L’ulltimo piano ha verso nord trifore anziche’ quadrifore, piu’ larghe, per il passaggio dell campane.
Sopra il piano della monofora, quasi a segnare il confine tra la parte piu’ propriamente militare e il resto dell’edificio, vi erano agli angoli le statue dell’Evangelisti, in marmo, delle quali ne rimangono tre e piuttosto malridotte: l’angelo di S. Matteo (sud-ovest),l’aquila di S. Giovanni (nord-ovest) e il toro di S. Luca (nord-est); manca il leone di S. Marco (su d-est), forse abbattuto in epoca posteriore al XVIII secolo da un fulmine.
 

Sulle arcatelle cieche, in corrispondenza della stessa altezza, vi sono scolpite figure e teste di uomini, animali, frati e diavoli. Occorre pero’ cautela nel valutare quanto dell’ornamentazione del campanile sia originario e quanto invece sia frutto dell’intervento di restauro dell’architetto Giuseppe Pardini, avvenuto nella seconda meta’ dell’Ottocento su vari monumenti lucchesi; e’ noto infatti che il Pardini, nello spirito della sua epoca, non si limitava a restaurare o a ripristinare con criteri di lettura filologica, ma rifaceva e interpretava, come si puo’ vedere dalla facciata della Chiesa di S. Michele in Foro a Lucca, dove inseri’ tra le teste delle mensole i volti dei grandi protagonisti del Risorgimento (Morelli).
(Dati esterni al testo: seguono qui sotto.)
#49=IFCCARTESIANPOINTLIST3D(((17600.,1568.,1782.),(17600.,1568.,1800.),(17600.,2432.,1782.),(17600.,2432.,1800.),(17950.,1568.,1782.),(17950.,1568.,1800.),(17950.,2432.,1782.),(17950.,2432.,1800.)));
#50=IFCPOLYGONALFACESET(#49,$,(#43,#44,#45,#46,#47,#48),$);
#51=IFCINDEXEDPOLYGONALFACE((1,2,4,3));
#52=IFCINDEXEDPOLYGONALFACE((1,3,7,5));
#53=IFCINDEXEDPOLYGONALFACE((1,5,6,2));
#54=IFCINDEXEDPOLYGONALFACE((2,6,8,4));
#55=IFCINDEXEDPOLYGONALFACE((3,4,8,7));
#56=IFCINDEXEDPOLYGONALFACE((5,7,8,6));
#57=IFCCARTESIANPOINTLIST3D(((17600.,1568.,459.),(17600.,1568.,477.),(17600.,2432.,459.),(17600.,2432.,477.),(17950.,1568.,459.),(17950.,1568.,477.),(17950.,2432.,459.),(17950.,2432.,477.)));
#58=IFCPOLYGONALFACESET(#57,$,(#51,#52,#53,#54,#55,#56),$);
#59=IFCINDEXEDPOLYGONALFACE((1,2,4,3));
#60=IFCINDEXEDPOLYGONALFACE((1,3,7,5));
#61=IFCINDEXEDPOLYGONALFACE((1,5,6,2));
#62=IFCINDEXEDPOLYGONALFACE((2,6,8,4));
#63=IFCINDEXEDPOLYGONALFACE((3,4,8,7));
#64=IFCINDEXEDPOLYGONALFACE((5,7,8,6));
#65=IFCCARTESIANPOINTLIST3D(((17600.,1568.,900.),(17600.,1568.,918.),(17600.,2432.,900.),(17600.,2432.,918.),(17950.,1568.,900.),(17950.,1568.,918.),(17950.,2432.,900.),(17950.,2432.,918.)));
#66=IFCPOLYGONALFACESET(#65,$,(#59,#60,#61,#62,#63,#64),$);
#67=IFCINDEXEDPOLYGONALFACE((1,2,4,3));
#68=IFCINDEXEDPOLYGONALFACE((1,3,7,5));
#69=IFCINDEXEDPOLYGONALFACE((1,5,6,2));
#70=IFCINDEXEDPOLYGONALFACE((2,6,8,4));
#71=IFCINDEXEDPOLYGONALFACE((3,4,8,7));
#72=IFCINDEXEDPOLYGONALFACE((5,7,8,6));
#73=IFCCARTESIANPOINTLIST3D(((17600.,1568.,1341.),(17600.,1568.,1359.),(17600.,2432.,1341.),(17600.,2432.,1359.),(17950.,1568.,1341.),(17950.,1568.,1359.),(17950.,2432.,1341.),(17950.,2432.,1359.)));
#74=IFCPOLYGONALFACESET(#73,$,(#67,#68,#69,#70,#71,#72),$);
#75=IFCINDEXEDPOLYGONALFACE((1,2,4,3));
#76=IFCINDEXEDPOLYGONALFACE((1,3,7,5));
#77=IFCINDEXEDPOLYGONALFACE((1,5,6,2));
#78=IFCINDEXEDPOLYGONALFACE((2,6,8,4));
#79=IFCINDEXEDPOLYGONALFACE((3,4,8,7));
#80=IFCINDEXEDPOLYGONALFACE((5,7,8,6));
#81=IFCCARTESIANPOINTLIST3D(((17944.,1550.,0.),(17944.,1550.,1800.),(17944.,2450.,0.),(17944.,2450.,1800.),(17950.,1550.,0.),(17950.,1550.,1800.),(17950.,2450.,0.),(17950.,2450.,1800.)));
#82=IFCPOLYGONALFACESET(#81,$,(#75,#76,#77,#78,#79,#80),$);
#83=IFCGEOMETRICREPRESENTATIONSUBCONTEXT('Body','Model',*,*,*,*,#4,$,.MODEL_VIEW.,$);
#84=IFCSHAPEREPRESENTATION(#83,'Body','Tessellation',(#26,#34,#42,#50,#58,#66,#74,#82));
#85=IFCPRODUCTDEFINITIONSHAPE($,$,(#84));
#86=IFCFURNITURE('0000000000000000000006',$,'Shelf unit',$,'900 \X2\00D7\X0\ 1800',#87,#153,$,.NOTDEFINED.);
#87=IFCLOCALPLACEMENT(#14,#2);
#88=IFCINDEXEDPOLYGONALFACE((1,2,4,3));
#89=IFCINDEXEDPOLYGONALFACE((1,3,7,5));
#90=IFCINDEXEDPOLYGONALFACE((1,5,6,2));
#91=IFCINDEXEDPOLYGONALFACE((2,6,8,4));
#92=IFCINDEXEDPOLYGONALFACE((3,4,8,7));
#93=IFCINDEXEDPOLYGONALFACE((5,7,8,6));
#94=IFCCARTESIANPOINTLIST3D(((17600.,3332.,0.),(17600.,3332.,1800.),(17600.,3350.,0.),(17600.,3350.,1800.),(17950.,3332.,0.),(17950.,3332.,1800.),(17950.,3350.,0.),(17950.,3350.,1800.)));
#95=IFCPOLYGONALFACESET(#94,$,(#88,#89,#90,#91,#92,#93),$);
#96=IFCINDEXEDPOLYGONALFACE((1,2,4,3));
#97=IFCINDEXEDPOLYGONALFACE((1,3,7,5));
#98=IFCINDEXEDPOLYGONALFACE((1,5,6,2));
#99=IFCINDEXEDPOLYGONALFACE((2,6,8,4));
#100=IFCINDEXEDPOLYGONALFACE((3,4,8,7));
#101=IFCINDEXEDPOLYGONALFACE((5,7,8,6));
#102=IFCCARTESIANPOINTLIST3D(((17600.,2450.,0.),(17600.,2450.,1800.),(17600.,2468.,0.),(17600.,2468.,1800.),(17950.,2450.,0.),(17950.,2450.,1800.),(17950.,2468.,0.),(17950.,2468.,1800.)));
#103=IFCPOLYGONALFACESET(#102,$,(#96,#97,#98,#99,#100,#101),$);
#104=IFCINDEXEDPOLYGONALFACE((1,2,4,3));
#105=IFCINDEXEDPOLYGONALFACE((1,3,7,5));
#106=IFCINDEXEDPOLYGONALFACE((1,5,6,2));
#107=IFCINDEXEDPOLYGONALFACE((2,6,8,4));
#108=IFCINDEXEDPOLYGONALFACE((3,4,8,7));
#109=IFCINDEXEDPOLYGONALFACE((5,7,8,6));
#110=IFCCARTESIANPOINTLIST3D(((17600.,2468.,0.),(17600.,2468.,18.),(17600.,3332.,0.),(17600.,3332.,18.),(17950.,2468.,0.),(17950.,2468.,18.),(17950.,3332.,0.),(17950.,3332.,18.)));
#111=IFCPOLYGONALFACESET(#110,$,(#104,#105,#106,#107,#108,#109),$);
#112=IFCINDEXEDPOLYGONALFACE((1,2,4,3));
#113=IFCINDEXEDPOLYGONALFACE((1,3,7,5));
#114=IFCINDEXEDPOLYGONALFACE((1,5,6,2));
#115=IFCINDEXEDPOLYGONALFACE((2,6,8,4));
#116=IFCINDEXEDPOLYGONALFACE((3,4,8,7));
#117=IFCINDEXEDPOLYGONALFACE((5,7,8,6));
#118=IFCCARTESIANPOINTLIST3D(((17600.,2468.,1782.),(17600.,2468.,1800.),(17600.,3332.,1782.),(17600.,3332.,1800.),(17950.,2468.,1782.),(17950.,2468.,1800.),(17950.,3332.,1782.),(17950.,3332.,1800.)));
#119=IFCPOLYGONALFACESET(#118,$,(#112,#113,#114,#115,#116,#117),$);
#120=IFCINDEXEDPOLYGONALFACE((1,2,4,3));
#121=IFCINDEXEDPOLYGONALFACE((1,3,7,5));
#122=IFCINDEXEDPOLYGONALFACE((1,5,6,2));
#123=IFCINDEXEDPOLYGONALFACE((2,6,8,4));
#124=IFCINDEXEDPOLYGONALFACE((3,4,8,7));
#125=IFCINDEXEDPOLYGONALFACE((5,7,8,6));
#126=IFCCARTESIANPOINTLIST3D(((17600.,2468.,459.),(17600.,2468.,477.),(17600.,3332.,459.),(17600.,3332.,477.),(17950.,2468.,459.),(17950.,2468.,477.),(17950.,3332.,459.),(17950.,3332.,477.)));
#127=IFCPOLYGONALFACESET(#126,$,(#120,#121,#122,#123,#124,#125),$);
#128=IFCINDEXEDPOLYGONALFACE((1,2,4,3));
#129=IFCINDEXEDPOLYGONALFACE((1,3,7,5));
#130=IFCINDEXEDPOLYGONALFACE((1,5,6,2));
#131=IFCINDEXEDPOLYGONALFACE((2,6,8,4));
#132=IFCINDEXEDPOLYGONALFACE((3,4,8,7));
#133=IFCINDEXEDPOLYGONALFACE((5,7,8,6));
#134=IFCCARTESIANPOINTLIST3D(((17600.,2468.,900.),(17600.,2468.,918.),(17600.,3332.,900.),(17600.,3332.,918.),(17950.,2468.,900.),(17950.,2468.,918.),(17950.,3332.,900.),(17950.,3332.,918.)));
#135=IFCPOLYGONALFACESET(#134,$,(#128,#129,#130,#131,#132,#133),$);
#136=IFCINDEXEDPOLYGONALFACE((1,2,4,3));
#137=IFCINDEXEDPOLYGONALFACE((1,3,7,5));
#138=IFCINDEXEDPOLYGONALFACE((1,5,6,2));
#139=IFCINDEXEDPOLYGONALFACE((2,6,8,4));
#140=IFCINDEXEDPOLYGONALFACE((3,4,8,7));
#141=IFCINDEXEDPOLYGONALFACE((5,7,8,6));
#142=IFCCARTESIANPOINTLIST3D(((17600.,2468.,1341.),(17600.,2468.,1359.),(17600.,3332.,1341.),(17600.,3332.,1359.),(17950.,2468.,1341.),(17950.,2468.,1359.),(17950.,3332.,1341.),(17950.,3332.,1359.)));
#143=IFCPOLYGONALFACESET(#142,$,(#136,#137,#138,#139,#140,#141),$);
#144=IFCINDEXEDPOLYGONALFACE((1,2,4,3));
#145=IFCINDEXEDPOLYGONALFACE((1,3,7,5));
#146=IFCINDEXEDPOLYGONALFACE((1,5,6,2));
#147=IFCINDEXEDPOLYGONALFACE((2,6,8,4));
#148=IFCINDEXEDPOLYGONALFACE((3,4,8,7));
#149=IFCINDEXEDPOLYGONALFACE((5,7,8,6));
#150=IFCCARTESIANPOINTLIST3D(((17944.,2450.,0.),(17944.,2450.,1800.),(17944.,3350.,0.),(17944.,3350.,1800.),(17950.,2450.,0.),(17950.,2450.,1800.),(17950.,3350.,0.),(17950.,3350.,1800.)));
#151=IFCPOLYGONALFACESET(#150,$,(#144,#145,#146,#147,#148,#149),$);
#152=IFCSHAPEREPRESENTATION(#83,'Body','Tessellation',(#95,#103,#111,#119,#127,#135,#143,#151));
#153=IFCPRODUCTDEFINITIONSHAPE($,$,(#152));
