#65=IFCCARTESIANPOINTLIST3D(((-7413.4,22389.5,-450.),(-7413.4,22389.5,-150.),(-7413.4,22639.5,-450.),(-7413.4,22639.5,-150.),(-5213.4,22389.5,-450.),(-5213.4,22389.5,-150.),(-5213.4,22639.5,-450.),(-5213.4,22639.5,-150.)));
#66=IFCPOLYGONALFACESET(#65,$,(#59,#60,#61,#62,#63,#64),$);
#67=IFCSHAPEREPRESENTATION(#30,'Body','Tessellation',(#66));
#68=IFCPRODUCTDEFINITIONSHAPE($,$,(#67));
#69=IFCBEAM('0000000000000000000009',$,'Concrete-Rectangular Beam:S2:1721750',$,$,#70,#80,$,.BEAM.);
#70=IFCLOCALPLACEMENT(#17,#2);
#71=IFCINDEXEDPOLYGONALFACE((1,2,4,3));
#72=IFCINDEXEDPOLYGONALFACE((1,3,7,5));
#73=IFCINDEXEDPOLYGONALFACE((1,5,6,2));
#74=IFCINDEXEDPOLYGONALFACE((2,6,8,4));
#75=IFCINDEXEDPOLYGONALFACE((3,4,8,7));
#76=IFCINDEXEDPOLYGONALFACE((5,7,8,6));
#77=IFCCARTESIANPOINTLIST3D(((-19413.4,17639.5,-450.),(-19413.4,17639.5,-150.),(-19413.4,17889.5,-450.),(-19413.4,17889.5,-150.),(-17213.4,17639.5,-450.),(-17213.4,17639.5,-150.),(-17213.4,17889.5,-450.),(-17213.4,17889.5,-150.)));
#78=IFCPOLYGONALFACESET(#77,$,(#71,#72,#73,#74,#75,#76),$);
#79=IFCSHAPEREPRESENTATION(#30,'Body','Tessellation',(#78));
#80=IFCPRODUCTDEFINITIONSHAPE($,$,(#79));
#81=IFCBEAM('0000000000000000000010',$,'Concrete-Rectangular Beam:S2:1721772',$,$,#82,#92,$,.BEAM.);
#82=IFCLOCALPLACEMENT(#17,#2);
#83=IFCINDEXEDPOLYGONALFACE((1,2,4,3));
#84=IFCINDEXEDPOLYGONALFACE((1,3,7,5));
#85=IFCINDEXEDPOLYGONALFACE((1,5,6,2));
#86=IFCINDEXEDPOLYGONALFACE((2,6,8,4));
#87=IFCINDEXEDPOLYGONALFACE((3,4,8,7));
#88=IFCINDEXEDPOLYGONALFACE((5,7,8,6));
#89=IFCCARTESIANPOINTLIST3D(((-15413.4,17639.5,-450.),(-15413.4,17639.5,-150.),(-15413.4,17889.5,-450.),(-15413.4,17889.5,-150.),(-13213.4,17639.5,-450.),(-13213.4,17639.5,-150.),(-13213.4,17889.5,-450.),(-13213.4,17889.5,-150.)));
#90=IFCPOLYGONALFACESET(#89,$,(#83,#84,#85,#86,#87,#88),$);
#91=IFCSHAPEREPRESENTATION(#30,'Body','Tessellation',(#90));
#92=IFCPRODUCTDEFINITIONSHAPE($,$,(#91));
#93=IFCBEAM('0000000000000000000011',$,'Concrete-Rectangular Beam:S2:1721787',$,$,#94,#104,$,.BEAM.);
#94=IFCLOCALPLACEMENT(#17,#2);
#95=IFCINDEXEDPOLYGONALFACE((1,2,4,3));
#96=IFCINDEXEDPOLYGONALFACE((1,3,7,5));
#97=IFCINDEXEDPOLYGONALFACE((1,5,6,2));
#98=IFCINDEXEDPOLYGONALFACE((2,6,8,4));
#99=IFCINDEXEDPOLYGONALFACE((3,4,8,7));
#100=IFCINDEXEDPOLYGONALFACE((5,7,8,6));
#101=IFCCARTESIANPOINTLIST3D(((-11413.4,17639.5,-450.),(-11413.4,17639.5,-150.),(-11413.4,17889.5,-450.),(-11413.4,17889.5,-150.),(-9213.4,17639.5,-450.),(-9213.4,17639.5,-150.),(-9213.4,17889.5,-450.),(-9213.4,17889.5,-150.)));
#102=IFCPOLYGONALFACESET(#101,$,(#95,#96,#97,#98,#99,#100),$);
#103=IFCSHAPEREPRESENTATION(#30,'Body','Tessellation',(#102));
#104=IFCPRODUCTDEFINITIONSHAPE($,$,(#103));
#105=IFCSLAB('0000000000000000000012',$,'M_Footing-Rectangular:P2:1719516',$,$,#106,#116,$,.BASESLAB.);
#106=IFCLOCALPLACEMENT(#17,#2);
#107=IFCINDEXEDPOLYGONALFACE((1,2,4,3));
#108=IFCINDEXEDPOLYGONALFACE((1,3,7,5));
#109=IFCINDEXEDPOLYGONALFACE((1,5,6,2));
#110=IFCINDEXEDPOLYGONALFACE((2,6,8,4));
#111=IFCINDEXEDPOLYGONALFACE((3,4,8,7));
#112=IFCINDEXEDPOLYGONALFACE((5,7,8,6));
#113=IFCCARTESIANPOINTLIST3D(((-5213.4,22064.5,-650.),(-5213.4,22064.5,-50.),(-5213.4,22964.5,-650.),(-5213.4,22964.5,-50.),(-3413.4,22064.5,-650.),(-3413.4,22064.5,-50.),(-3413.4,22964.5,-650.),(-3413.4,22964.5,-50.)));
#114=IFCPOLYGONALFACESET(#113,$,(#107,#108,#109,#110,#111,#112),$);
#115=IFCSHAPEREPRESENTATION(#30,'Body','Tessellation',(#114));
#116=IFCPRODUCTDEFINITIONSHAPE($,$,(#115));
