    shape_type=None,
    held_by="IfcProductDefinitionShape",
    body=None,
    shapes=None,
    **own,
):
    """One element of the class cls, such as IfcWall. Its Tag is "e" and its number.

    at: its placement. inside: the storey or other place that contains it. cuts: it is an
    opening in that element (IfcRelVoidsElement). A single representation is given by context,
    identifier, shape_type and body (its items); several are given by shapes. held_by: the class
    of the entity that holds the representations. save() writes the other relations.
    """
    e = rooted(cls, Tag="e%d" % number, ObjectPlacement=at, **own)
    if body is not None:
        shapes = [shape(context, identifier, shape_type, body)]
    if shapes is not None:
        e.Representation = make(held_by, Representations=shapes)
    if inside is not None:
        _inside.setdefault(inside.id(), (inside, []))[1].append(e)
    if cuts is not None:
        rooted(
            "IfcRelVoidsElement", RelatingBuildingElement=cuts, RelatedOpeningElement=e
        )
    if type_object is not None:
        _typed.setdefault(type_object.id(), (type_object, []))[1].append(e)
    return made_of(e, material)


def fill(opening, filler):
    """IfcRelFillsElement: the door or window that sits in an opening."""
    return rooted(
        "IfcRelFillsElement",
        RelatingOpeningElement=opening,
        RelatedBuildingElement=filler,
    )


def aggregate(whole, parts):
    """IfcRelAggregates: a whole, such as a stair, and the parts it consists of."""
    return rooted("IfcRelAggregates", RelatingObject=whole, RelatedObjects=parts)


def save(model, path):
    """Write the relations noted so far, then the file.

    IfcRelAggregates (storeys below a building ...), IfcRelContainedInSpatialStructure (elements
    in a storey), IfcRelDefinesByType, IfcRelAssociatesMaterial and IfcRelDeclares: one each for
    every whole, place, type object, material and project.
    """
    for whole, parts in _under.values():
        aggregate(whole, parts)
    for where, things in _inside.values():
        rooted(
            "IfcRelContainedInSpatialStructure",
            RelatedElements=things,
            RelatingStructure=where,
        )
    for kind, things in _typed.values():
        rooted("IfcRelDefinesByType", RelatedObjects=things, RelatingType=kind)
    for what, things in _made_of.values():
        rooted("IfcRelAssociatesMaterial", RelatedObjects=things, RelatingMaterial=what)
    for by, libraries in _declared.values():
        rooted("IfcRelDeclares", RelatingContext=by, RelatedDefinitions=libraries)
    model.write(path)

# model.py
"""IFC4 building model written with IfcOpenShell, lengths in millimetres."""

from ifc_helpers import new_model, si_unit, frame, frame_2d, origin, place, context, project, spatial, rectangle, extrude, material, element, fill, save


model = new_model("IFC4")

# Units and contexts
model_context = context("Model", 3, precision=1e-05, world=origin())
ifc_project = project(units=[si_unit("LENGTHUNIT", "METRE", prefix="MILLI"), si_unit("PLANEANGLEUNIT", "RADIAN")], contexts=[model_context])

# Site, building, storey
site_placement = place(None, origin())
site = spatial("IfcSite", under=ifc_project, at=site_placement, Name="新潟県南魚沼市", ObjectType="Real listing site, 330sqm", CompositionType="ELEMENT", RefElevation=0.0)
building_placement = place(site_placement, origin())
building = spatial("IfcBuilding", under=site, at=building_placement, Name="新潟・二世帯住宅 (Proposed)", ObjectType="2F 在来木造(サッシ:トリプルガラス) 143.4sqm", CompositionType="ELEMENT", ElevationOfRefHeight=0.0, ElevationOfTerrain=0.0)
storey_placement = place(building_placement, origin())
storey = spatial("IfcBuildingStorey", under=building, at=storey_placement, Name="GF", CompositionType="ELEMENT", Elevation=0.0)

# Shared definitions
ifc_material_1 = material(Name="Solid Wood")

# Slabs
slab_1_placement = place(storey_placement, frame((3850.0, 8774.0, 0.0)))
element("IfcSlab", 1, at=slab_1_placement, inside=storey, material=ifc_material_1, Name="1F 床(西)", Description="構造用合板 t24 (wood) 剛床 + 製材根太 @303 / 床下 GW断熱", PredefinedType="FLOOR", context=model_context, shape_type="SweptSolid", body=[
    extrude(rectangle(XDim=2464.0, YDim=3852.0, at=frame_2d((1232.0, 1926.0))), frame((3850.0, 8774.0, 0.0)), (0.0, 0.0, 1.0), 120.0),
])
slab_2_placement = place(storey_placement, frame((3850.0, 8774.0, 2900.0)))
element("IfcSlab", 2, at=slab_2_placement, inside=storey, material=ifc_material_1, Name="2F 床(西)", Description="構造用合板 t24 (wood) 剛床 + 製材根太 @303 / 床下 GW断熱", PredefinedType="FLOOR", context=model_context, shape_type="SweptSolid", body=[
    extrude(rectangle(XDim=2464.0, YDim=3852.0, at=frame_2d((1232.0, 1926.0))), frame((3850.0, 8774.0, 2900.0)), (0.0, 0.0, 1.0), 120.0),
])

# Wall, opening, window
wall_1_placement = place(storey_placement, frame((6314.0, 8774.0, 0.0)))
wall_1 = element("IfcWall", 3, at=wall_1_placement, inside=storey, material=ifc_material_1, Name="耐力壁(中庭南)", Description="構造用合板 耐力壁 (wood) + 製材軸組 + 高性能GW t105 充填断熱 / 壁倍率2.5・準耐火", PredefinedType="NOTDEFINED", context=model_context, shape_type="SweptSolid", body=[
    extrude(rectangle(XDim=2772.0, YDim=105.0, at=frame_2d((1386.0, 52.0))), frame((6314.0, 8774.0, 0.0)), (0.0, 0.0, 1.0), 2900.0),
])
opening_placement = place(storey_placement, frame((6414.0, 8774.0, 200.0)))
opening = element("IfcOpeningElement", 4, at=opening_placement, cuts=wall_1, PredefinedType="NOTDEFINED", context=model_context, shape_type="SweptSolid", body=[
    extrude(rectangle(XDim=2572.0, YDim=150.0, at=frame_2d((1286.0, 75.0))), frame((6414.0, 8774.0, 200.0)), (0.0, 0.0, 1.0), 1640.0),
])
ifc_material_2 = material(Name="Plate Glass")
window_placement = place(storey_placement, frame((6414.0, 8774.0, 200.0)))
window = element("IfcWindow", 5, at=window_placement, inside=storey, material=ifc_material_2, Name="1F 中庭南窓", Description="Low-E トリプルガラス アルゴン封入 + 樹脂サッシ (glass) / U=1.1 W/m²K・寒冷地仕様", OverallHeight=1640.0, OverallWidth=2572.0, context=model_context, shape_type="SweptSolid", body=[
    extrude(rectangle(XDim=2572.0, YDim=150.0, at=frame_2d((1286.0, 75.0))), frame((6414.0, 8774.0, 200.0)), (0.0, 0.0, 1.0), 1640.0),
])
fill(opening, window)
Intervenne anche sulla torre di Altopascio (1866), per cui Morelli adombra il sospetto che sia stata rimediavalizzata; e’ certo che rifece mensole, colonne, basi, capitelli, architravi, archetti oltre che gran parte del paramento esterno ed interno.

 
 
Inoltre rimise in luce o rifece la merlatura: la Descrizione del 1740 rileva infatti  che la torre aveva un tetto a cuspide, come quello di porta Mariani.

 
 
Dopo la distruzione del castello il campanile servi’ da alloggio per il castellano ed una piccolissima guarnigione di soldati del comune di Firenze, che aveva sopratutto compiti di osservazione e di difesa, per evitare che il fortilizio preso dai nemici (Nelli).

 
Verso via Cavour si nota sul campanile il segno del Tau, emblema Dell’Ospedale.
 
 
L’identificazione della scritta GE-RARDUS DE GE. con il nome dell’architetto che diresse la costruzione del grande monumento non e’ convincente: dovrebbe con piu’ probabilita’ trattarsi del sacerdote Gerardo Gentili di Volterra, procuratore di Guglielmo Capponi, che prese possesso giuridico del beneficio dell’Ospedale per conto del suo Patrono nel 1477.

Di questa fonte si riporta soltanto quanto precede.